Collingwood recruited many of his sailors from the local maritime community. This led to the Royal Sovereign’s crew gaining the nickname ‘Tars of the Tyne’. The flag is believed to have been made and maintained on board the ship by these sailors.
A temporary bar preventing the flag’s sale overseas was issued by the Reviewing Committee on the Export of Works of Art and Objects of Cultural Interest, the independent body serviced by Arts Council England that advises the culture secretary on whether a cultural object intended for export is of national importance under specified criteria.
The bar was granted on the basis that the flag met the first and third Waverley criteria for its outstanding connection with history and national life, and its outstanding significance to the study of historical commemorative practices, innovative naval tactics, and processes of flag-making.

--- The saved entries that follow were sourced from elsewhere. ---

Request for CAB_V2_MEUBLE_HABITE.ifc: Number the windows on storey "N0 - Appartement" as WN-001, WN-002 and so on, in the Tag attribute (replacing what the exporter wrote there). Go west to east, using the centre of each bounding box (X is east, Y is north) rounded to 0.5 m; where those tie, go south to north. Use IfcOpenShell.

First a look at what the model holds.

```python
import ifcopenshell
import ifcopenshell.util.element
import ifcopenshell.util.placement

model = ifcopenshell.open("CAB_V2_MEUBLE_HABITE.ifc")
print(model.schema)
storey = next(s for s in model.by_type("IfcBuildingStorey") if s.Name == "N0 - Appartement")
windows = [e for e in ifcopenshell.util.element.get_decomposition(storey) if e.is_a("IfcWindow")]
for e in sorted(windows, key=lambda e: e.id()):
    origin = ifcopenshell.util.placement.get_local_placement(e.ObjectPlacement)[:3, 3]
    print(e.id(), e.Tag, e.Name, origin.round(2) + 0.0, sep=" | ")
```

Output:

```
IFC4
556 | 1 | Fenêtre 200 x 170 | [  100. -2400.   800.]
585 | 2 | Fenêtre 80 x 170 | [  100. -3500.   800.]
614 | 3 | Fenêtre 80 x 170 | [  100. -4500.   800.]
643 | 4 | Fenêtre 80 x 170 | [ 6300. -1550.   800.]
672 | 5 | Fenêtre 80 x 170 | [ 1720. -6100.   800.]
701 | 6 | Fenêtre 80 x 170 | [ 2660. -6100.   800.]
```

```python
import ifcopenshell
import ifcopenshell.geom
import ifcopenshell.util.element
import ifcopenshell.util.shape

model = ifcopenshell.open("CAB_V2_MEUBLE_HABITE.ifc")
settings = ifcopenshell.geom.settings()
settings.set("use-world-coords", True)


def centre(element):
    shape = ifcopenshell.geom.create_shape(settings, element)
    return ifcopenshell.util.shape.get_bbox_centroid(shape.geometry)


storey = next(s for s in model.by_type("IfcBuildingStorey") if s.Name == "N0 - Appartement")
windows = [e for e in ifcopenshell.util.element.get_decomposition(storey) if e.is_a("IfcWindow")]

# Insertion points can sit at a corner or the storey origin, so sort by the geometry (in metres).
centres = {e: centre(e) for e in windows}
windows.sort(key=lambda e: (round(centres[e][0] / 0.5), centres[e][1]))

for i, e in enumerate(windows, start=1):
    number = f"WN-0{i:02d}"
    e.Tag = number
    print(e.id(), number)

model.write("CAB_V2_MEUBLE_HABITE-out.ifc")
```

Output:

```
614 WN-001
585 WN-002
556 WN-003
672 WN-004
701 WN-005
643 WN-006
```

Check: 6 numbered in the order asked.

The flag was last sold in 2004 at Christies for £298. At the time of the sale, it was described as: “A rare early 19th-century naval union flag, hand stitched in callico with small lead weight stitched in lower corner (patched, upper blue quadrant frayed at edge, some small holes, original tack loosely recovered) – 108 x 60in (274.5 x 152.5cm).”
Its first known owner was Charles Aubrey Antram (1785-1831), the master’s mate in Royal Sovereign at the Battle of Trafalgar, and from him it passed on death to his sister, Rachel Nelson Lloyd (1803-1884), then her great-nephew Owen John Dunn (1846-1925), and his son, Captain William Henry Dunn (1889-1986).
It then passed to William Ames (1919-2003) and upon his death it was sold at auction to the current owner.